Monday, 21 December 2009

Broken Britain: the land where actions have no consequences

Our local paper ran the following headline this week: “We’ve been gagged!” A judge had ordered them not to name a fourteen-year old who stabbed another boy six times. The judge reportedly said he had to take the boy’s age into account.


Why? What possible excuse could there be for not naming this vicious little shit? The VLS, who was on bail for robbery, and wearing an electronic tag, was given a three-year supervision order.

“Broken Britain” in a nutshell! You’re on bail for robbery, you go out armed with a knife, you stab someone six times – and the criminal justice system let’s you saunter out of the courtroom, having first made sure the rest of us won’t be able to identify you. Because you’re just a little kiddie-wiinkle. Ahhh!  

Now, executing a handbrake turn in the car I just stole “‘cos I felt like it, right?”, should schools teach citizenship and anger management and suchlike? 

As a right-winger, I should be horrified at what seems pretty evidently another attempt by the Left to engineer new and improved human beings eager to hand over an ever-larger proportion of their income to Labour chancellors to piss away on the engorged public sector, and to more readily accept the repulsive anti-social behaviour of so many of its “clients”. I suppose if it includes teaching delinquents that they have responsibilities as well as seemingly limitless rights, it might not be a bad thing. I suspect in practice it’ll mainly consist of teachers giving the teenaged louts and trollops they have rendered ineducable yet more ready-made excuses for their ill-mannered, foul-mouthed, and increasingly violent behaviour. 

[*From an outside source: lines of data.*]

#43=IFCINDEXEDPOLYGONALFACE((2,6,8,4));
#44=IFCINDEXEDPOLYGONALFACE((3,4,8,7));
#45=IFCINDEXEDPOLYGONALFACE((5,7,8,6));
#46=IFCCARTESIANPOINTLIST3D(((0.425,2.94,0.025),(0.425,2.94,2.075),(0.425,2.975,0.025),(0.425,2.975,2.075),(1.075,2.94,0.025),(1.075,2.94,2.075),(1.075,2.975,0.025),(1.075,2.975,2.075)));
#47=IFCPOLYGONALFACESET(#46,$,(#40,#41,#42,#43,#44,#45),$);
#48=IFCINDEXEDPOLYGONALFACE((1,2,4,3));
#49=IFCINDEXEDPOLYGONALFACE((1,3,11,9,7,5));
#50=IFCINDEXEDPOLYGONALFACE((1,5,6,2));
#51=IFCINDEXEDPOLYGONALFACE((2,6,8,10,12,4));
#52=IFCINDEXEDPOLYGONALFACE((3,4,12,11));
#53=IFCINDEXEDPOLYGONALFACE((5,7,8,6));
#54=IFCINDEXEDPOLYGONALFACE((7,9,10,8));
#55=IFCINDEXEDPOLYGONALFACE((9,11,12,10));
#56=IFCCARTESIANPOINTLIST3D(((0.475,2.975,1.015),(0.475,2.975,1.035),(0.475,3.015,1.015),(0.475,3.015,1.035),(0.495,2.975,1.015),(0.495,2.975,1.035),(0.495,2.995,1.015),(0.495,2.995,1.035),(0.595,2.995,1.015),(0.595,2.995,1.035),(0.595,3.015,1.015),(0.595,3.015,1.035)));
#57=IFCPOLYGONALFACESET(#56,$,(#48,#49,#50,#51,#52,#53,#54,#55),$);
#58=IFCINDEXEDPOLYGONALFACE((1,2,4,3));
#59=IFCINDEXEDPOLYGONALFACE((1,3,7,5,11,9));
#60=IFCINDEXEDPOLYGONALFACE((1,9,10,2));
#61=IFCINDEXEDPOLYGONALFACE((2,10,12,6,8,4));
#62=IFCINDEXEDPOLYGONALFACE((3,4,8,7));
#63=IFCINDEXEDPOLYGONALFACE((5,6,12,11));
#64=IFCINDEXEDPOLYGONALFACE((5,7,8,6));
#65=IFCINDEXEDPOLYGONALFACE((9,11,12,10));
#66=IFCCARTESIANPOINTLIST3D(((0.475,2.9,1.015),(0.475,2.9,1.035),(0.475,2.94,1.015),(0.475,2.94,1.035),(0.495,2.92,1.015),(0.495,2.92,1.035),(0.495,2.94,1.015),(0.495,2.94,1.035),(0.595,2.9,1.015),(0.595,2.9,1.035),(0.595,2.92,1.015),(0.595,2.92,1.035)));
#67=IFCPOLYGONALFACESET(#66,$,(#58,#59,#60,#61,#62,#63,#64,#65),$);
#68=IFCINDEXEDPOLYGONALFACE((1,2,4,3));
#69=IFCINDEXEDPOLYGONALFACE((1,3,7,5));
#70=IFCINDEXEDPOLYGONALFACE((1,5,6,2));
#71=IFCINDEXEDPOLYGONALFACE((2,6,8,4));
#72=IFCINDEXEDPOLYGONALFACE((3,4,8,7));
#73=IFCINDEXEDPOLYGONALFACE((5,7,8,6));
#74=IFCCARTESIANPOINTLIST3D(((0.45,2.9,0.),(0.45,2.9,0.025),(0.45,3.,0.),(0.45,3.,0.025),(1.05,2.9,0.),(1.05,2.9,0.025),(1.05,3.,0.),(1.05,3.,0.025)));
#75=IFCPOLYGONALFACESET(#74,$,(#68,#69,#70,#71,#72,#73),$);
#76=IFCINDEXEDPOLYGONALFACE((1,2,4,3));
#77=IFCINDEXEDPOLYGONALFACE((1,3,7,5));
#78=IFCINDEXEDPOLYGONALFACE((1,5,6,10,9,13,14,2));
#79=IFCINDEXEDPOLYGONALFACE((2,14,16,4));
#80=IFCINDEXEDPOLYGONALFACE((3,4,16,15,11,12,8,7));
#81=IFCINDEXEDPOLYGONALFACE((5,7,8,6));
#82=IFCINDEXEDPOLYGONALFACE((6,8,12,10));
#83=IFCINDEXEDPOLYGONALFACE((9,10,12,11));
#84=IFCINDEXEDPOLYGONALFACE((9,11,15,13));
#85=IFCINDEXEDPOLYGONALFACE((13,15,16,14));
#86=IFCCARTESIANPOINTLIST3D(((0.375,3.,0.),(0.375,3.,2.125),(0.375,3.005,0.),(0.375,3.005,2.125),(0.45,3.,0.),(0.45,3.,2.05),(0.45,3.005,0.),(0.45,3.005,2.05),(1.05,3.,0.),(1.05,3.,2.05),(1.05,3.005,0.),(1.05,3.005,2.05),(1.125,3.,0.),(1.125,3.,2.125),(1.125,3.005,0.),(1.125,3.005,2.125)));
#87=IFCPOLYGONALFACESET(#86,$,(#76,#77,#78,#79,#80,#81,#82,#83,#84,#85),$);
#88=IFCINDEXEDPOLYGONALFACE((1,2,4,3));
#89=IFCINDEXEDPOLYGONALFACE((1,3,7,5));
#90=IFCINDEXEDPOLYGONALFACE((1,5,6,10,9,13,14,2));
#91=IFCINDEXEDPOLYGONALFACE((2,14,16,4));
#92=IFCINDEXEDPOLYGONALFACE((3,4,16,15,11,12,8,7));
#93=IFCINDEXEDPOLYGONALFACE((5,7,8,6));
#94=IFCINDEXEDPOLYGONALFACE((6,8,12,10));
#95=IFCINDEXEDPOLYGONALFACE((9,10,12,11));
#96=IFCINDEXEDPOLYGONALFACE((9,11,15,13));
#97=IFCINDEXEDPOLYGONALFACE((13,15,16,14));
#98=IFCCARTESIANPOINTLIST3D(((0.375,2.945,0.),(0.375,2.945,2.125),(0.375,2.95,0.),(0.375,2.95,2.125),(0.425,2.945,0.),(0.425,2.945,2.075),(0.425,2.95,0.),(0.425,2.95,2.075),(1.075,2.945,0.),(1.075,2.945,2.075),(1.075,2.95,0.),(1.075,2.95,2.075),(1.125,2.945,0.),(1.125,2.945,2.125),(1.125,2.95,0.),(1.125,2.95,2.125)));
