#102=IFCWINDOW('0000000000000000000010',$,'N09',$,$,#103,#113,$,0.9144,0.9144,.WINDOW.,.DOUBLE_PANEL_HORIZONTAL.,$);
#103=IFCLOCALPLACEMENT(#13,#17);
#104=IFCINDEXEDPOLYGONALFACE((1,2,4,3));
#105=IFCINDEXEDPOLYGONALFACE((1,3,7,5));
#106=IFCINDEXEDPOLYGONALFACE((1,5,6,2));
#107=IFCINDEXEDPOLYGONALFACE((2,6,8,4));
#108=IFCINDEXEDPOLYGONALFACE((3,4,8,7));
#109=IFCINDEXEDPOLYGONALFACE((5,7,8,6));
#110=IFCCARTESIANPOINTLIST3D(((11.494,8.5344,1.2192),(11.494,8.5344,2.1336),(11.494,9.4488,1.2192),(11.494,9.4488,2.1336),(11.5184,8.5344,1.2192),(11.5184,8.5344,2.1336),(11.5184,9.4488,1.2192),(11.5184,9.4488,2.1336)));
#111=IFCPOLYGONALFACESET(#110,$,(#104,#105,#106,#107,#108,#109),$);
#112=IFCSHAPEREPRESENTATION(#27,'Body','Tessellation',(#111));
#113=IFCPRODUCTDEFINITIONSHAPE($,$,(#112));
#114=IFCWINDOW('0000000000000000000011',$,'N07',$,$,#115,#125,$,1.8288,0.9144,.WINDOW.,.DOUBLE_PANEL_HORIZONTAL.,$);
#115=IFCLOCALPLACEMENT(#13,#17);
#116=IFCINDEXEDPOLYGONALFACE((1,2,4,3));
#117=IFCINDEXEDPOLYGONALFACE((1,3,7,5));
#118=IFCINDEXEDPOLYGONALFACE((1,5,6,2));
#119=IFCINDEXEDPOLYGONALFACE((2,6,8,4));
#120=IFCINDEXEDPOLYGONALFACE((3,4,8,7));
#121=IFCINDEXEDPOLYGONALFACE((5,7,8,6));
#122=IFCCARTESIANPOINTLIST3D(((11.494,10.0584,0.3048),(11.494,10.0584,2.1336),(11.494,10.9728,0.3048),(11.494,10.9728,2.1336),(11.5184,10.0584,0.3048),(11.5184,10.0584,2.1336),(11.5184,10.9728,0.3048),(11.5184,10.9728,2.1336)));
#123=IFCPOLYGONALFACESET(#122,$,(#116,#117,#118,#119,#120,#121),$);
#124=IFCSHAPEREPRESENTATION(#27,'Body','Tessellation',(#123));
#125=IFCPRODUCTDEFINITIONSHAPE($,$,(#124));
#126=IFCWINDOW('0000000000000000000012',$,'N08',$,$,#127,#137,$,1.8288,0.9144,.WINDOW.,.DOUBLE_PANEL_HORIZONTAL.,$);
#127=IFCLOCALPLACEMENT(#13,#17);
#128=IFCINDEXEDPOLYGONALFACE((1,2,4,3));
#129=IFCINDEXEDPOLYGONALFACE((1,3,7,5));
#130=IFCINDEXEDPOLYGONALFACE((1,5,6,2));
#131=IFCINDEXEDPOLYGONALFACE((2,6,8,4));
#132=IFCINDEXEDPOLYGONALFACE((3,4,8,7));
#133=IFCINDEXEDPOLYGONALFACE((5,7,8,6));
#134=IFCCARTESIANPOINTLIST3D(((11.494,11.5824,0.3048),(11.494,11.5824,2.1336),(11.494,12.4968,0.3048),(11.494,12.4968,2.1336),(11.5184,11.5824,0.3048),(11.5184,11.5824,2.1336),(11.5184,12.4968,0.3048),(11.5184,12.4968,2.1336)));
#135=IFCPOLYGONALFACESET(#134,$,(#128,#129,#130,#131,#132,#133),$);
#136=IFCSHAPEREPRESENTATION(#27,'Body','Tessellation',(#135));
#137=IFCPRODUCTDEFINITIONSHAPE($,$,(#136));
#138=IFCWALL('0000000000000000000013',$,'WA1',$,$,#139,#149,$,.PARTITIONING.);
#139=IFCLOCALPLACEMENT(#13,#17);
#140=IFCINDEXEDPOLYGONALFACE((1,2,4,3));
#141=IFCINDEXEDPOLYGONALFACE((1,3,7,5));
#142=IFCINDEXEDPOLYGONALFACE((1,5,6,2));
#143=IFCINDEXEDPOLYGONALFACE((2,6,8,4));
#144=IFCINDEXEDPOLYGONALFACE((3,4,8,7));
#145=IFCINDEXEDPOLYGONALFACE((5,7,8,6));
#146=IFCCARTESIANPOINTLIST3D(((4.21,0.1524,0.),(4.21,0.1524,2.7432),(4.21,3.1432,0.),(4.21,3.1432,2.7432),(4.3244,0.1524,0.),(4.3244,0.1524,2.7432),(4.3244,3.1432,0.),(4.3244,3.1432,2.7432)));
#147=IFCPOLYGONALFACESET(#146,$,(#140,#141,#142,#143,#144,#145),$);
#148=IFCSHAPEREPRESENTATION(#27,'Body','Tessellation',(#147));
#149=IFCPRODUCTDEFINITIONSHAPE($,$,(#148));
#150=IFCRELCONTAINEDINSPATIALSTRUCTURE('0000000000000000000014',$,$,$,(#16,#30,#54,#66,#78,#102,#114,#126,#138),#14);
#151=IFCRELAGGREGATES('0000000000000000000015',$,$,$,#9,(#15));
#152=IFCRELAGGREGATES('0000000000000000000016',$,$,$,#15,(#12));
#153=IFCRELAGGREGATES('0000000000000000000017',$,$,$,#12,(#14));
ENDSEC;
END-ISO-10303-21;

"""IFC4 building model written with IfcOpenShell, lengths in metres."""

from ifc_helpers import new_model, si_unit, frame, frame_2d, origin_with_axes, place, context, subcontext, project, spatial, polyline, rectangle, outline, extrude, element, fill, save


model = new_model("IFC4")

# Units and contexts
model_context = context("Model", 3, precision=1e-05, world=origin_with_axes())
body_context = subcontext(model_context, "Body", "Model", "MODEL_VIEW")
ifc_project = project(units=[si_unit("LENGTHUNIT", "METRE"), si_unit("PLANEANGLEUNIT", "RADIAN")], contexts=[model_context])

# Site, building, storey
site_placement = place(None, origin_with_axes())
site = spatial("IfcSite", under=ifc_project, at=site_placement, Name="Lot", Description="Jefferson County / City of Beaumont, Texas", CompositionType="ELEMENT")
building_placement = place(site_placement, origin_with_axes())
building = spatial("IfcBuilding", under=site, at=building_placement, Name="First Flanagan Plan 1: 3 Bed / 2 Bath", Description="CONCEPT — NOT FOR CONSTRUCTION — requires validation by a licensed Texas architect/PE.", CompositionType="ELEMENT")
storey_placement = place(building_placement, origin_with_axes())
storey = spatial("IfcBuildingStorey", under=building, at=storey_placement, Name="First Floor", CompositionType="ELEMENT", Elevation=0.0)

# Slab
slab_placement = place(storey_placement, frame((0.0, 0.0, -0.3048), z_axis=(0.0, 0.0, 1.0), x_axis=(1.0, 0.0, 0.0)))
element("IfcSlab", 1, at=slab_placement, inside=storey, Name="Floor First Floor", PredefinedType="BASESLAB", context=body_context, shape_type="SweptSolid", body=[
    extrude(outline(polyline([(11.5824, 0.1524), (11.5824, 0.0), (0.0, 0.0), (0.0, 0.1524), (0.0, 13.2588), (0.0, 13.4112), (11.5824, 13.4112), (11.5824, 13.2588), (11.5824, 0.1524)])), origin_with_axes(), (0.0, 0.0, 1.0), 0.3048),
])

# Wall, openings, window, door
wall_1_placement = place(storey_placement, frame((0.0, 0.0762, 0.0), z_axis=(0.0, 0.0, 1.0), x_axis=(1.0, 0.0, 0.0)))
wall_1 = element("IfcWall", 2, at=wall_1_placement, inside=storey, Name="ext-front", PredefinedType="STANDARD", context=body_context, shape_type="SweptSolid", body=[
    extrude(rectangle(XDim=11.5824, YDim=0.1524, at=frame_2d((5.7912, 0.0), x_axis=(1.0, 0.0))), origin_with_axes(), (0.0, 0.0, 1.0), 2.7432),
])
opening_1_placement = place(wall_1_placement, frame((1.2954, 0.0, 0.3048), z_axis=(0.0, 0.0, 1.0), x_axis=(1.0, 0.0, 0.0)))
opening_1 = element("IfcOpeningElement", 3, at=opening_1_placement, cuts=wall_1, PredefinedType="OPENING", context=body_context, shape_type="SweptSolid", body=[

But there is one important life lesson schools – and parents – might usefully teach their little darlings: “Actions have consequences”.

It sounds simple, doesn’t it? That’s because it is. 

In some ways, I’m a relaxed liberal: I believe people should be encouraged to behave well, but given enough personal freedom to make wrong choices. Where I differ – it appears – from many modern liberals is in believing that, once you’ve made a choice to behave badly, the consequences for so choosing should be severe enough to have at least some  chance of deterring you from behaving badly again, and deterring others from following your example.

What is the point of teaching civics lessons in school if the criminal justice system so often teaches exactly the opposite lesson? I’d be astonished if the lesson the VLS takes away from his little spot of bother is that his actions, no matter how disgusting, have absolutely no consequences whatsoever

I’ve been bemused for years by the refusal to name teenage criminals, where there would be no adverse affect on their victims. Because it might affect the criminal’s chances in life?Their choice! Because it might embarrass their parents? Don’t care! Something to do with human rights? They’re the ones violating human rights!

Mind you, if you’re attacked in your own home, chase the criminal and attack them, thenyou’ll face consequences. Three and a half year’s worth. The man who attacked you, it goes without saying, walks away a free, if somewhat confused, man.

Funny old world. When it comes to making sense of it, kids, you’re on your own  - the adults who should be teaching you that actions have consequences evidently don’t believe a word of it!